My mother was in her late 50s by this time but looked a good 10 years younger. She still had her pale complexion and hourglass figure, and she wound her dark hair around her head in the fashion of the day. Her naturally easy manner was expressed in an English accent she could hide behind if the going got rough. She fit into the world of Southern gentility that was fast becoming extinct or changed beyond recognition. Her friends were older than most of my friends’ mothers—their husbands had been in the war, and some had not come back. Some were wealthy, but old wealth was not so rich after the war. Soon the new rich would sweep the remains of the old society away and create something very different.
By the late 1940s, things looked superficially the same. It was a time of recuperation: families were coming to terms with their war losses and beginning to build their futures. There were veterans everywhere, particularly in high school, older than the other boys and very attractive to the girls. I remember couples standing around during recess and after school, smoking and necking in the bushes. These men, back from the war, were not interested in high school activities like sports; they just wanted to finish their degree and get on with their lives. Some of them were already married.
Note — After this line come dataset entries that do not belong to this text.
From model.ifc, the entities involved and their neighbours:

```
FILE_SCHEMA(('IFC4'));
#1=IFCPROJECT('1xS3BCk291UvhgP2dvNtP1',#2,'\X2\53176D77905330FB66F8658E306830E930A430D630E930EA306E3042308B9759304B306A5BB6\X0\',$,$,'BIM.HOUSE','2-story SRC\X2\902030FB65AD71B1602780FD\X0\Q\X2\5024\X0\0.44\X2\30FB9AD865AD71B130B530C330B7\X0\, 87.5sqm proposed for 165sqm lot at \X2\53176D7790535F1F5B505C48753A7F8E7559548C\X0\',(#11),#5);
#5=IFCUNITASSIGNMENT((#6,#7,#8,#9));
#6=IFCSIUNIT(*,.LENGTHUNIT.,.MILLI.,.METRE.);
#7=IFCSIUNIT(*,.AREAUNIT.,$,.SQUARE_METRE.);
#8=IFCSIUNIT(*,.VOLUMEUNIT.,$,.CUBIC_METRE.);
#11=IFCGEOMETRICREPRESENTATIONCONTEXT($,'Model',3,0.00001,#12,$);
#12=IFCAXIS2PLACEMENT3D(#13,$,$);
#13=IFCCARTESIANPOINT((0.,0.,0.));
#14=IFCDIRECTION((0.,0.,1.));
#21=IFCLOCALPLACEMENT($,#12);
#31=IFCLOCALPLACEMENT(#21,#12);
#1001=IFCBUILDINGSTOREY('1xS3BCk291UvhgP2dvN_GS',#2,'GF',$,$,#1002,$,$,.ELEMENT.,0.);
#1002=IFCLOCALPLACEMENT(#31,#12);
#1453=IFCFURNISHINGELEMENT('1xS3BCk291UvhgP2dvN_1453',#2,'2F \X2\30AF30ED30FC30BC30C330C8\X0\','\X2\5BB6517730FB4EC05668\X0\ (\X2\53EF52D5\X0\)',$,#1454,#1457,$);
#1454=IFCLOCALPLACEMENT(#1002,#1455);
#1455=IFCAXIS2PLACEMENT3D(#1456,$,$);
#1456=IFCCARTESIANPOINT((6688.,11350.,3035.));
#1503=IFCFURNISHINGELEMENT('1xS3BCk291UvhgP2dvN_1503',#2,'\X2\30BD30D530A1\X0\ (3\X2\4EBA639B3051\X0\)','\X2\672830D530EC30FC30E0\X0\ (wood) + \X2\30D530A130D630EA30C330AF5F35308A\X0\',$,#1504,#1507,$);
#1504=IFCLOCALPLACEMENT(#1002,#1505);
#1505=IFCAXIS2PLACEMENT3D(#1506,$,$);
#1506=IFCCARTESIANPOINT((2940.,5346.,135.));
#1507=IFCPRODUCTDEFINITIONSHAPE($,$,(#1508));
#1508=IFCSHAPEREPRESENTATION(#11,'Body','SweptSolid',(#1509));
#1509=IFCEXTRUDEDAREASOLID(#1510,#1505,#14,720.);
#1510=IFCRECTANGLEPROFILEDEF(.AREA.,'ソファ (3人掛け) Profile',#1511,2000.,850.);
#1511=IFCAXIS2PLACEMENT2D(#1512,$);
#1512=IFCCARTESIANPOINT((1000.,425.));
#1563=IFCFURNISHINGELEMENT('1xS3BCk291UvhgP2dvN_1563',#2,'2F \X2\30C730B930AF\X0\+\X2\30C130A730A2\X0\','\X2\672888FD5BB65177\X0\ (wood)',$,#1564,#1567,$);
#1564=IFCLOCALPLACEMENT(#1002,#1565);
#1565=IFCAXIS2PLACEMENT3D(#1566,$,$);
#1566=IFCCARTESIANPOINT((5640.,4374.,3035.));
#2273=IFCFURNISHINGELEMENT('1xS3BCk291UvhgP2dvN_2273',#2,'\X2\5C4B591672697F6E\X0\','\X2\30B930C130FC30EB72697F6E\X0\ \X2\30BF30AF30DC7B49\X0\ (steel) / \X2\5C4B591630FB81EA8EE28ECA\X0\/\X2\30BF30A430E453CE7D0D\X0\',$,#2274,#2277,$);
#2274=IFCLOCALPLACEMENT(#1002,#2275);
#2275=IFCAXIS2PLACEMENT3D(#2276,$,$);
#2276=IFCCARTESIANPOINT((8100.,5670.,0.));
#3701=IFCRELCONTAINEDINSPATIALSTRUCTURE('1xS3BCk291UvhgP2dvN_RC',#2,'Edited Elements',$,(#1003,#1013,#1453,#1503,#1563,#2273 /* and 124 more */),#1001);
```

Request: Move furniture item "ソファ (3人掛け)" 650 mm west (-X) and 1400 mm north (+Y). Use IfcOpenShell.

```python
import ifcopenshell
import ifcopenshell.api.geometry
import ifcopenshell.util.placement
import ifcopenshell.util.unit

model = ifcopenshell.open("model.ifc")
unit_scale = ifcopenshell.util.unit.calculate_unit_scale(model)

item = model.by_guid("1xS3BCk291UvhgP2dvN_1503")
matrix = ifcopenshell.util.placement.get_local_placement(item.ObjectPlacement)
matrix[0, 3] -= 0.65 / unit_scale
matrix[1, 3] += 1.4 / unit_scale
ifcopenshell.api.geometry.edit_object_placement(model, product=item, matrix=matrix, is_si=False)

print(ifcopenshell.util.placement.get_local_placement(item.ObjectPlacement).round(3) + 0.0)

model.write("model-out.ifc")
```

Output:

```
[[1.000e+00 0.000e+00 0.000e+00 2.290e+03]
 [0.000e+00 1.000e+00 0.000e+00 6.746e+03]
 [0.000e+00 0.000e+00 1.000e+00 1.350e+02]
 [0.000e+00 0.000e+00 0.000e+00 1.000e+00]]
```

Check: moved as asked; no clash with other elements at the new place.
During our senior year, one of my classmates got pregnant. No one spoke of it as she got larger and larger, although she hid the fact for a long time. I was fascinated, terrified, and amazed at her composure. I knew this could happen to anyone and that it meant the end of school—and probably everything else. It is hard to understand now, in this much more tolerant time, how devastating the prospect of unmarried pregnancy was. Years later, I learned it was not so uncommon. Girls either survived an illegal abortion or died, married or gave the baby up: it was all shrouded in secrecy and fear.